# Mobile Home - New A/C Price



## deckhand (Nov 8, 2008)

Mobile Home - New A/C Price 
I'm submitting an offer on a double wide that needs a new outside a/c unit, an approx. cost would help me in determining my offer. Any help is appreciated!


----------



## Splittine (Nov 24, 2007)

What size unit, size house and what style, Package Unit or Split System. Is it a Heat Pump or Straight Cool?


----------



## whome (Oct 2, 2007)

Splittine said:


> What size unit, size house and what style, Package Unit or Split System. Is it a Heat Pump or Straight Cool?


Splittine is your AC Man, He will get you taken care of and at the right price!:thumbsup:


----------



## deckhand (Nov 8, 2008)

Splittine said:


> What size unit, size house and what style, Package Unit or Split System. Is it a Heat Pump or Straight Cool?

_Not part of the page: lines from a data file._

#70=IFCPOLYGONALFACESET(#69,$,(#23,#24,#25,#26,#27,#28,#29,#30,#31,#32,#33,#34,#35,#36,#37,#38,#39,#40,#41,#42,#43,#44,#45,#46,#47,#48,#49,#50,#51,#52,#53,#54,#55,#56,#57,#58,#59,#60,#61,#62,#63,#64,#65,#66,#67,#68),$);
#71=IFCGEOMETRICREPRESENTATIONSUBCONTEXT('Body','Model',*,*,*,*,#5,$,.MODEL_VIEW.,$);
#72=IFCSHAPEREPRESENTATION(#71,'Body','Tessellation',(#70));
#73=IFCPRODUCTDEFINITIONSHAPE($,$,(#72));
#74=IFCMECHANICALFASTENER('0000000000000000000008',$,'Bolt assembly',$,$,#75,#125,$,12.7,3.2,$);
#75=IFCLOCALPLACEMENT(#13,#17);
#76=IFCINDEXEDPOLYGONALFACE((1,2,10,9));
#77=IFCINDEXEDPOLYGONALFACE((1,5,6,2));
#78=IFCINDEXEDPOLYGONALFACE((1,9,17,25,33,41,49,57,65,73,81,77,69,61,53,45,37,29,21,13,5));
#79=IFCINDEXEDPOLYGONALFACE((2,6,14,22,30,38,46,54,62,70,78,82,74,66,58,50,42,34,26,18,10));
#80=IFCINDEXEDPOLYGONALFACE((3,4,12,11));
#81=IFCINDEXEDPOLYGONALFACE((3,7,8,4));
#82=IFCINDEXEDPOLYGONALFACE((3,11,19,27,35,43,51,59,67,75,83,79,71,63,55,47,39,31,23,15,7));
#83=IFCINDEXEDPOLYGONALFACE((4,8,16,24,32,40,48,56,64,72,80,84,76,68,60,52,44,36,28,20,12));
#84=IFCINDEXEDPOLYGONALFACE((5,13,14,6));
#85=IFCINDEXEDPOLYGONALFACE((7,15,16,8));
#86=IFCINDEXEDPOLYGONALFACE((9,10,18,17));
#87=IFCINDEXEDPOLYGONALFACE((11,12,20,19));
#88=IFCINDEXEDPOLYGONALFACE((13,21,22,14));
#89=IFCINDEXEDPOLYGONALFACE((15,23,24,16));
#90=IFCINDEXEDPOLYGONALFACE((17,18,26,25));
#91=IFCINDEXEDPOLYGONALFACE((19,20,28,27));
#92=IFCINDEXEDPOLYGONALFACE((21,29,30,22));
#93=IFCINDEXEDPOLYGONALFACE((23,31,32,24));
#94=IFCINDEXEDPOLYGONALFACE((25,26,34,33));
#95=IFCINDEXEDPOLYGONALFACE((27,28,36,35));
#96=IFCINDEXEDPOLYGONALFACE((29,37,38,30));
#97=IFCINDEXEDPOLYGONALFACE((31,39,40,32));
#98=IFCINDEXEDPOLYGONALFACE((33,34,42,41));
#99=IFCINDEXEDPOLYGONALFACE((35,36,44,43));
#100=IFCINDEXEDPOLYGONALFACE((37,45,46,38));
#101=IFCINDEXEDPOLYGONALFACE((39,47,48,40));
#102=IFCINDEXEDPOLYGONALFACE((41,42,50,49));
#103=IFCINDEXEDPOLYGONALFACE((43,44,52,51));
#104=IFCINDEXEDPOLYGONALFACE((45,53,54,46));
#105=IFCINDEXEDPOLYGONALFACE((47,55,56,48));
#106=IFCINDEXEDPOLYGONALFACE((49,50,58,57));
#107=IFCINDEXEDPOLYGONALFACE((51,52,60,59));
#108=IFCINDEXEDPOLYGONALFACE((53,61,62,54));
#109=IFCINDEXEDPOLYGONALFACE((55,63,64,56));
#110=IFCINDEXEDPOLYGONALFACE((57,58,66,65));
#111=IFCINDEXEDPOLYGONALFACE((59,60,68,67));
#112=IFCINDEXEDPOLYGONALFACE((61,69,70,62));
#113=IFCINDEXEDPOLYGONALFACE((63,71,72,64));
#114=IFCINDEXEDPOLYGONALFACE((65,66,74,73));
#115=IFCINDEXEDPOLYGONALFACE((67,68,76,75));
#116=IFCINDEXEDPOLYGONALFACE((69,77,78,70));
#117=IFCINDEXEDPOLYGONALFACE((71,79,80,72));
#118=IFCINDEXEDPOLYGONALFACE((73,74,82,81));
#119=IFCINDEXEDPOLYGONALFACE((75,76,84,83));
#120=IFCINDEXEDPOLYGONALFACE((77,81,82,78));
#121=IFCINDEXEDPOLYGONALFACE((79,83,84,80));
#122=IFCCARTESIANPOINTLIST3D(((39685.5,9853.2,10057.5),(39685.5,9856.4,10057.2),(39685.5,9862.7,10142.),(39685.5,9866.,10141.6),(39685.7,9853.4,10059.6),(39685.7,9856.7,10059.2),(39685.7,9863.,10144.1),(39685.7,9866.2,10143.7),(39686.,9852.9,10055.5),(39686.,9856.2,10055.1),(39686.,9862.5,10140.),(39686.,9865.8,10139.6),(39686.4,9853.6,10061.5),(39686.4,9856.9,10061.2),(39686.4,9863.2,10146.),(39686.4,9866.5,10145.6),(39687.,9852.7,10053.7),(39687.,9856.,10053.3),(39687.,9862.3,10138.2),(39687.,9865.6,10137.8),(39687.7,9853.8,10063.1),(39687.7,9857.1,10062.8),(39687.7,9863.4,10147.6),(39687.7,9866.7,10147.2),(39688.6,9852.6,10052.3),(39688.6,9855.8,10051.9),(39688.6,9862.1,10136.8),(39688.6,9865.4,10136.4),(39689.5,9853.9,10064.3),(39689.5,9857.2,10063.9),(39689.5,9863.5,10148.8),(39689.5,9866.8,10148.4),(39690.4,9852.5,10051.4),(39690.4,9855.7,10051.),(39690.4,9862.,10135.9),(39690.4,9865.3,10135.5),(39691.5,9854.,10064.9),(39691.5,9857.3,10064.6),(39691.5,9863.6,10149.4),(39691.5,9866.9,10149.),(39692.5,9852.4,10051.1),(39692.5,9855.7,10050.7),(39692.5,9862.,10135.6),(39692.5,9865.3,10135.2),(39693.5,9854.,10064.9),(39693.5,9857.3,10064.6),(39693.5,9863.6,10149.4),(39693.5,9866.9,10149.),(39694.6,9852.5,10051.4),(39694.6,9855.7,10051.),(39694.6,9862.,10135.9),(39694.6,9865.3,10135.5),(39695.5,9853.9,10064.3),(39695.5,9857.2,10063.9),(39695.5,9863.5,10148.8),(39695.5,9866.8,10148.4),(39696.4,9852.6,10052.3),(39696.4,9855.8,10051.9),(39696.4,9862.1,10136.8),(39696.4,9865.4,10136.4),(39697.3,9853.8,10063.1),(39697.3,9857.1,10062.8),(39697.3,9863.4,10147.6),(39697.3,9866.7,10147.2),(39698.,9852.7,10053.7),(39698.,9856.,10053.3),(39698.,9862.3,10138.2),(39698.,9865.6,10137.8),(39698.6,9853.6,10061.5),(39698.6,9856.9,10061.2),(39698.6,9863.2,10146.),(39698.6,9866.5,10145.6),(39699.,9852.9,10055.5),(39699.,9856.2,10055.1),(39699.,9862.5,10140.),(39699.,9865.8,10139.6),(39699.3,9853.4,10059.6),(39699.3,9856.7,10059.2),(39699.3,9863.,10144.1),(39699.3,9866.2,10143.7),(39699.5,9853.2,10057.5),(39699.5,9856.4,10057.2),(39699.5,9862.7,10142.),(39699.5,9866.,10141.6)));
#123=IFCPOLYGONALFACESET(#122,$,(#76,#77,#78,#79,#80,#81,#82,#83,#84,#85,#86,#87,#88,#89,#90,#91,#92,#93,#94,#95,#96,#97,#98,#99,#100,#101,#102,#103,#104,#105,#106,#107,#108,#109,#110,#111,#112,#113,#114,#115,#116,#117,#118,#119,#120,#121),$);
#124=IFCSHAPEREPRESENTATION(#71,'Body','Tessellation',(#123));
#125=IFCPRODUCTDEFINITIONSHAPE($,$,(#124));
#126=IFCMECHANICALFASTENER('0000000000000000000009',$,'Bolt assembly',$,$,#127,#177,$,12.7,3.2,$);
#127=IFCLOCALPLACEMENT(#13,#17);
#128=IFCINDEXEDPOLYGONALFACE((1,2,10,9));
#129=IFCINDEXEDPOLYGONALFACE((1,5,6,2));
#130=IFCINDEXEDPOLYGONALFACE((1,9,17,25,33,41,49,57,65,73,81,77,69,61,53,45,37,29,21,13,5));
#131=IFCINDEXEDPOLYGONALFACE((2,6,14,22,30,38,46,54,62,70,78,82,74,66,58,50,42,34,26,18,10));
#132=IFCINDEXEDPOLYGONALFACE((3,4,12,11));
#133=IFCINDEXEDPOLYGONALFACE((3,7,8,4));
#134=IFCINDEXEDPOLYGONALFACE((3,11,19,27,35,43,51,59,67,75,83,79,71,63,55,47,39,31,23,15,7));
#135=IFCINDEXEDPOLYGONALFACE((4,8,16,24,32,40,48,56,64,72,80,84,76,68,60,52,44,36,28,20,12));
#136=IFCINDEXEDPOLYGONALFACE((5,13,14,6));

I guess it's a package unit. It is outside and ducts under mobile home. I honestley didn't pay attention to any inside unit. The place is pretty nasty where the owners moved out. The outside unit is there but has been dismantled and appears to be some holes in duct. (The home is a 1986 doublewide 24'x60'.) Guess maybe a 4 ton unit?


----------



## Splittine (Nov 24, 2007)

Get me the Manuf. name, and model and serial number off the unit and Ill can tell you exactly how much a new unit will cost and how much it would cost to have it installed. If its a pakage unit, it will be cheap to install. You could pretty much do it yourself with a little guidance. Shoot me a PM with that info and Ill get back with you soon.


----------



## deckhand (Nov 8, 2008)

Thanks I'll go by there this am.


----------